** The records follows **
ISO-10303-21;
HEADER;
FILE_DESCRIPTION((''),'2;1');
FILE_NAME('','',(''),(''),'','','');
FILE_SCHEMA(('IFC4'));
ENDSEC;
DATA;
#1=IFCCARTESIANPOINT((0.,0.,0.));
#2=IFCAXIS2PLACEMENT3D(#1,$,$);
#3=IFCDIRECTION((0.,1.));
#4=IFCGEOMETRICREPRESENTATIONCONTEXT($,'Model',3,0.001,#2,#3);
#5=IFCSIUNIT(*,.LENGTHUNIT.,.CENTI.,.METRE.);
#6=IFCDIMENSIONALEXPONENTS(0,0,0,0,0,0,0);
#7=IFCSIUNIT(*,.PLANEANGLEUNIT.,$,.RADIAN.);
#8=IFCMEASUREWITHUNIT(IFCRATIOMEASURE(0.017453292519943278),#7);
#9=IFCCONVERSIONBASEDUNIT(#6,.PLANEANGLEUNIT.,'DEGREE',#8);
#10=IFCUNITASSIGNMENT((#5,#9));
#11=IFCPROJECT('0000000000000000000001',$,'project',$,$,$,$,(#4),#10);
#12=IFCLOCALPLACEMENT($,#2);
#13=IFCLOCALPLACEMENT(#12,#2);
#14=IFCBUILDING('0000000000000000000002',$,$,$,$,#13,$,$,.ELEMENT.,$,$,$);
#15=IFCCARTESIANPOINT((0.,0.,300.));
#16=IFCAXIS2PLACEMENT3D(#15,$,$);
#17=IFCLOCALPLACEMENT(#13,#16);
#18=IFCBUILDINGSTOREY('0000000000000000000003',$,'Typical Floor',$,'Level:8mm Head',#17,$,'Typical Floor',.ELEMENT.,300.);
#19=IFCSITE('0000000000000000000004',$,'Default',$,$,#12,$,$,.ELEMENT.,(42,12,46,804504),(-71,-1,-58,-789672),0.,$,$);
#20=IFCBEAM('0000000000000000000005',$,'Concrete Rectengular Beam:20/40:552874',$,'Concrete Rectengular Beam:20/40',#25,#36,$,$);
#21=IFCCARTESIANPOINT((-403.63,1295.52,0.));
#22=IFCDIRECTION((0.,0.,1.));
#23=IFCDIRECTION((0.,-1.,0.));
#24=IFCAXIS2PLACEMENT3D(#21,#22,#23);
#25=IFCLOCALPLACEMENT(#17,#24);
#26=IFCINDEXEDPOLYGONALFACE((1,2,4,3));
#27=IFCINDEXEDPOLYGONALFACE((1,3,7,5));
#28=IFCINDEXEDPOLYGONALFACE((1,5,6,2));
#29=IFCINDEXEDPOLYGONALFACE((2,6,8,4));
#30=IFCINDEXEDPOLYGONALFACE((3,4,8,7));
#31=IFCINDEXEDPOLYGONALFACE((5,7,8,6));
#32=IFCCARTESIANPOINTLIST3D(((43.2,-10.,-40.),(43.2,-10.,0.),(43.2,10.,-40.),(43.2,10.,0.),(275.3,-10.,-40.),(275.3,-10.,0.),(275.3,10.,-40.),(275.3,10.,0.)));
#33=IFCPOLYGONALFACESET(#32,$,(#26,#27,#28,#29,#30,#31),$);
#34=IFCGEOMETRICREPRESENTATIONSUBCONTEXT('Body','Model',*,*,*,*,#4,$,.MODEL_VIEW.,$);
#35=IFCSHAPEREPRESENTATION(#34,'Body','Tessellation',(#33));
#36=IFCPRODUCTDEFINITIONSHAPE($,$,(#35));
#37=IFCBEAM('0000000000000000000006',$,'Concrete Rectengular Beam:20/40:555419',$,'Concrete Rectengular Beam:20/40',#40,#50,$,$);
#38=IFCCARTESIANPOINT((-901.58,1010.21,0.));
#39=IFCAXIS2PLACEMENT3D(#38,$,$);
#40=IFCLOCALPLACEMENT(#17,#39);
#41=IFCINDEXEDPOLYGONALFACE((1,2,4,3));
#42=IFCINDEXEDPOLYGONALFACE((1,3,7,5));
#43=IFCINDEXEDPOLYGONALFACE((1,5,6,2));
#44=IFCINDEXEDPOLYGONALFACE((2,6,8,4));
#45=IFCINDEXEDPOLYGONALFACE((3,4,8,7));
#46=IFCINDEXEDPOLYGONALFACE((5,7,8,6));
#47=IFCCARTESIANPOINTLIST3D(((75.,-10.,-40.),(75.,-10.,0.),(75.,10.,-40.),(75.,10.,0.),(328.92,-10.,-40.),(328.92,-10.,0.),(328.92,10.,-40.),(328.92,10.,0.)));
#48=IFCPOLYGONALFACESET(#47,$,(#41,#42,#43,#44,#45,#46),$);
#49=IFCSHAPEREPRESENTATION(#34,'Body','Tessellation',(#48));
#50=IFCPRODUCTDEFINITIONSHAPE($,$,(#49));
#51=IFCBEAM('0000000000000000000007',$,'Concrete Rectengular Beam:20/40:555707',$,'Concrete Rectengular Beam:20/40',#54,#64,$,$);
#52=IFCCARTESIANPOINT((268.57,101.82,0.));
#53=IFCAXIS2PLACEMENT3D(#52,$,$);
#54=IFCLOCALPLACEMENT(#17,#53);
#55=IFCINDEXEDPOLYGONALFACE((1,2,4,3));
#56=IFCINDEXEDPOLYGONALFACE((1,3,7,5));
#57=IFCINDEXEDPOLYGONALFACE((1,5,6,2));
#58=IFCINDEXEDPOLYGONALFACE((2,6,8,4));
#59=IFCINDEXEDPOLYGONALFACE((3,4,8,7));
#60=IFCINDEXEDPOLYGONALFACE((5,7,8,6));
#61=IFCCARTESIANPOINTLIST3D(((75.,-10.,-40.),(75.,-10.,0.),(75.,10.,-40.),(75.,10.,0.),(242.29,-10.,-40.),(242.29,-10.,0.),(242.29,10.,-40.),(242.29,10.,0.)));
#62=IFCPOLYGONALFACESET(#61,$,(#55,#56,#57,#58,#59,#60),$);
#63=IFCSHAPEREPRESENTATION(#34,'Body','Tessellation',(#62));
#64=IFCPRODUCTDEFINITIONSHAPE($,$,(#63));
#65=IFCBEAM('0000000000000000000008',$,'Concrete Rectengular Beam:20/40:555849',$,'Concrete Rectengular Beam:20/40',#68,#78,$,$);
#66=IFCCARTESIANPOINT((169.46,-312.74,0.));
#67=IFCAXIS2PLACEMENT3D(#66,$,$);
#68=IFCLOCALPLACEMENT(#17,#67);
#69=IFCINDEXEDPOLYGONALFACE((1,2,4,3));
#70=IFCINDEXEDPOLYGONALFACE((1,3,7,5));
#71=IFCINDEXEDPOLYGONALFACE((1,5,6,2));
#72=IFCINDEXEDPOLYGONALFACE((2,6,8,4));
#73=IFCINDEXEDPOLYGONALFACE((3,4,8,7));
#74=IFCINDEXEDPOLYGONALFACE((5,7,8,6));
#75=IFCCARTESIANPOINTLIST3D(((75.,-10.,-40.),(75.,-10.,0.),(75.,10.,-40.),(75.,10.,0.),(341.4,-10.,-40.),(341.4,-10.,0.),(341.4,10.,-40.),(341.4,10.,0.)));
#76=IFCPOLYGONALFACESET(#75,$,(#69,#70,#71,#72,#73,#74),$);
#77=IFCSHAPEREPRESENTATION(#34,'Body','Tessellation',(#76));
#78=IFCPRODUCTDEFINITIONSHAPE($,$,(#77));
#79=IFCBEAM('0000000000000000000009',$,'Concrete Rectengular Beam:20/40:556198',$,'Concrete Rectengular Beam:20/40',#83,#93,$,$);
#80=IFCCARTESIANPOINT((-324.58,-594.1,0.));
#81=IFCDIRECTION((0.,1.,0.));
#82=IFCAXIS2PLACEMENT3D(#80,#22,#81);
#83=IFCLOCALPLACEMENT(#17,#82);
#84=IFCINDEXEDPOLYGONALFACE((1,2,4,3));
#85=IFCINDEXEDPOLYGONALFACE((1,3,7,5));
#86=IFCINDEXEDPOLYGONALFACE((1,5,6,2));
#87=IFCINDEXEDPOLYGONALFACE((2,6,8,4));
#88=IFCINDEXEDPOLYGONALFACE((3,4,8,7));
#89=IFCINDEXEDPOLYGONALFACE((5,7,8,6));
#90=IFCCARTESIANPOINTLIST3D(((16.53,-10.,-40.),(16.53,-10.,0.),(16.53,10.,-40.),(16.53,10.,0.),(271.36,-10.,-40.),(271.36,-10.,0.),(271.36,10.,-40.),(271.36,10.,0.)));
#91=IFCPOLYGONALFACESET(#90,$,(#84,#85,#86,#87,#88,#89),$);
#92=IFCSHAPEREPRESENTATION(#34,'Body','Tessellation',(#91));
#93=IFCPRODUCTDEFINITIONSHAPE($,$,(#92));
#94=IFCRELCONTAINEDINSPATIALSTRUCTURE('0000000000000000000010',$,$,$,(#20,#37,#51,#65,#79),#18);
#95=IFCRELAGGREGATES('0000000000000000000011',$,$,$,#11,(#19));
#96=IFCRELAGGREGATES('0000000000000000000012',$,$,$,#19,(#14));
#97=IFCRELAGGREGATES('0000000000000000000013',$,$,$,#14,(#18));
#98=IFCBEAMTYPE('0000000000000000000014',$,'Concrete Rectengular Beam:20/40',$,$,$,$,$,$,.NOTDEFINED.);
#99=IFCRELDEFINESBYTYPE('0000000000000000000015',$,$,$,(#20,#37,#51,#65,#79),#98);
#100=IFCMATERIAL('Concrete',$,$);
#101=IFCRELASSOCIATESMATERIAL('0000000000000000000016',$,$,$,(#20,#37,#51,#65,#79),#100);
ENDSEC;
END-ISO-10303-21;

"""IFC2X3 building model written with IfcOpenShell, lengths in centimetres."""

from ifc_helpers import new_model, entity, si_unit, converted_unit, direction, frame, frame_2d, origin, origin_2d_with_axis, place, context, subcontext, project, spatial, rectangle, extrude, material, type_object, element, save


model = new_model("IFC2X3")

# Units and contexts
model_context = context("Model", 3, precision=0.001, world=origin(), true_north=direction((0.0, 1.0)))
body_context = subcontext(model_context, "Body", "Model", "MODEL_VIEW")
ifc_project = project(units=[si_unit("LENGTHUNIT", "METRE", prefix="CENTI"), converted_unit("PLANEANGLEUNIT", "DEGREE", entity("IfcRatioMeasure", 0.017453292519943278), si_unit("PLANEANGLEUNIT", "RADIAN"), dimensions=[0, 0, 0, 0, 0, 0, 0])], contexts=[model_context])

# Site, building, storey
site_placement = place(None, origin())
site = spatial("IfcSite", under=ifc_project, at=site_placement, Name="Default", CompositionType="ELEMENT", RefLatitude=(42, 12, 46, 804504), RefLongitude=(-71, -1, -58, -789672), RefElevation=0.0)
building_placement = place(site_placement, origin())
building = spatial("IfcBuilding", under=site, at=building_placement, CompositionType="ELEMENT")
storey_placement = place(building_placement, frame((0.0, 0.0, 300.0)))
storey = spatial("IfcBuildingStorey", under=building, at=storey_placement, Name="Typical Floor", ObjectType="Level:8mm Head", LongName="Typical Floor", CompositionType="ELEMENT", Elevation=300.0)

# Beams
ifc_material = material(Name="Concrete")
beam_type = type_object("IfcBeamType", Name="Concrete Rectengular Beam:20/40", PredefinedType="NOTDEFINED")
beam_1_placement = place(storey_placement, frame((-403.63, 1295.52, 0.0), z_axis=(0.0, 0.0, 1.0), x_axis=(0.0, -1.0, 0.0)))
element("IfcBeam", 1, at=beam_1_placement, inside=storey, type_object=beam_type, material=ifc_material, Name="Concrete Rectengular Beam:20/40:552874", ObjectType="Concrete Rectengular Beam:20/40", context=body_context, shape_type="SweptSolid", body=[
    extrude(rectangle(XDim=40.0, YDim=20.0, at=origin_2d_with_axis()), frame((43.2, 0.0, -20.0), z_axis=(1.0, 0.0, 0.0), x_axis=(0.0, 0.0, -1.0)), (0.0, 0.0, 1.0), 232.1),
])
beam_2_placement = place(storey_placement, frame((-901.58, 1010.21, 0.0)))
element("IfcBeam", 2, at=beam_2_placement, inside=storey, type_object=beam_type, material=ifc_material, Name="Concrete Rectengular Beam:20/40:555419", ObjectType="Concrete Rectengular Beam:20/40", context=body_context, shape_type="SweptSolid", body=[
    extrude(rectangle(XDim=40.0, YDim=20.0, at=frame_2d((0.0, 0.0), x_axis=(1.0, 0.0))), frame((75.0, 0.0, -20.0), z_axis=(1.0, 0.0, 0.0), x_axis=(0.0, 0.0, -1.0)), (0.0, 0.0, 1.0), 253.92),
])
beam_3_placement = place(storey_placement, frame((268.57, 101.82, 0.0)))
element("IfcBeam", 3, at=beam_3_placement, inside=storey, type_object=beam_type, material=ifc_material, Name="Concrete Rectengular Beam:20/40:555707", ObjectType="Concrete Rectengular Beam:20/40", context=body_context, shape_type="SweptSolid", body=[
    extrude(rectangle(XDim=40.0, YDim=20.0, at=frame_2d((0.0, 0.0), x_axis=(1.0, 0.0))), frame((75.0, 0.0, -20.0), z_axis=(1.0, 0.0, 0.0), x_axis=(0.0, 0.0, -1.0)), (0.0, 0.0, 1.0), 167.29),
])
beam_4_placement = place(storey_placement, frame((169.46, -312.74, 0.0)))
element("IfcBeam", 4, at=beam_4_placement, inside=storey, type_object=beam_type, material=ifc_material, Name="Concrete Rectengular Beam:20/40:555849", ObjectType="Concrete Rectengular Beam:20/40", context=body_context, shape_type="SweptSolid", body=[
    extrude(rectangle(XDim=40.0, YDim=20.0, at=frame_2d((0.0, 0.0), x_axis=(1.0, 0.0))), frame((75.0, 0.0, -20.0), z_axis=(1.0, 0.0, 0.0), x_axis=(0.0, 0.0, -1.0)), (0.0, 0.0, 1.0), 266.4),
])
beam_5_placement = place(storey_placement, frame((-324.58, -594.1, 0.0), z_axis=(0.0, 0.0, 1.0), x_axis=(0.0, 1.0, 0.0)))
element("IfcBeam", 5, at=beam_5_placement, inside=storey, type_object=beam_type, material=ifc_material, Name="Concrete Rectengular Beam:20/40:556198", ObjectType="Concrete Rectengular Beam:20/40", context=body_context, shape_type="SweptSolid", body=[
    extrude(rectangle(XDim=40.0, YDim=20.0, at=frame_2d((0.0, 0.0), x_axis=(1.0, 0.0))), frame((16.53, 0.0, -20.0), z_axis=(1.0, 0.0, 0.0), x_axis=(0.0, 0.0, -1.0)), (0.0, 0.0, 1.0), 254.83),
])

save(model, "model.ifc")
** End of The records **
→ **Assignment**
To answer, copy each line from the material above that has the word "IFCLOCALPLACEMENT".

→ **Solution for this problem**
#12=IFCLOCALPLACEMENT($,#2);
#13=IFCLOCALPLACEMENT(#12,#2);
#17=IFCLOCALPLACEMENT(#13,#16);
#25=IFCLOCALPLACEMENT(#17,#24);
#40=IFCLOCALPLACEMENT(#17,#39);
#54=IFCLOCALPLACEMENT(#17,#53);
#68=IFCLOCALPLACEMENT(#17,#67);
#83=IFCLOCALPLACEMENT(#17,#82);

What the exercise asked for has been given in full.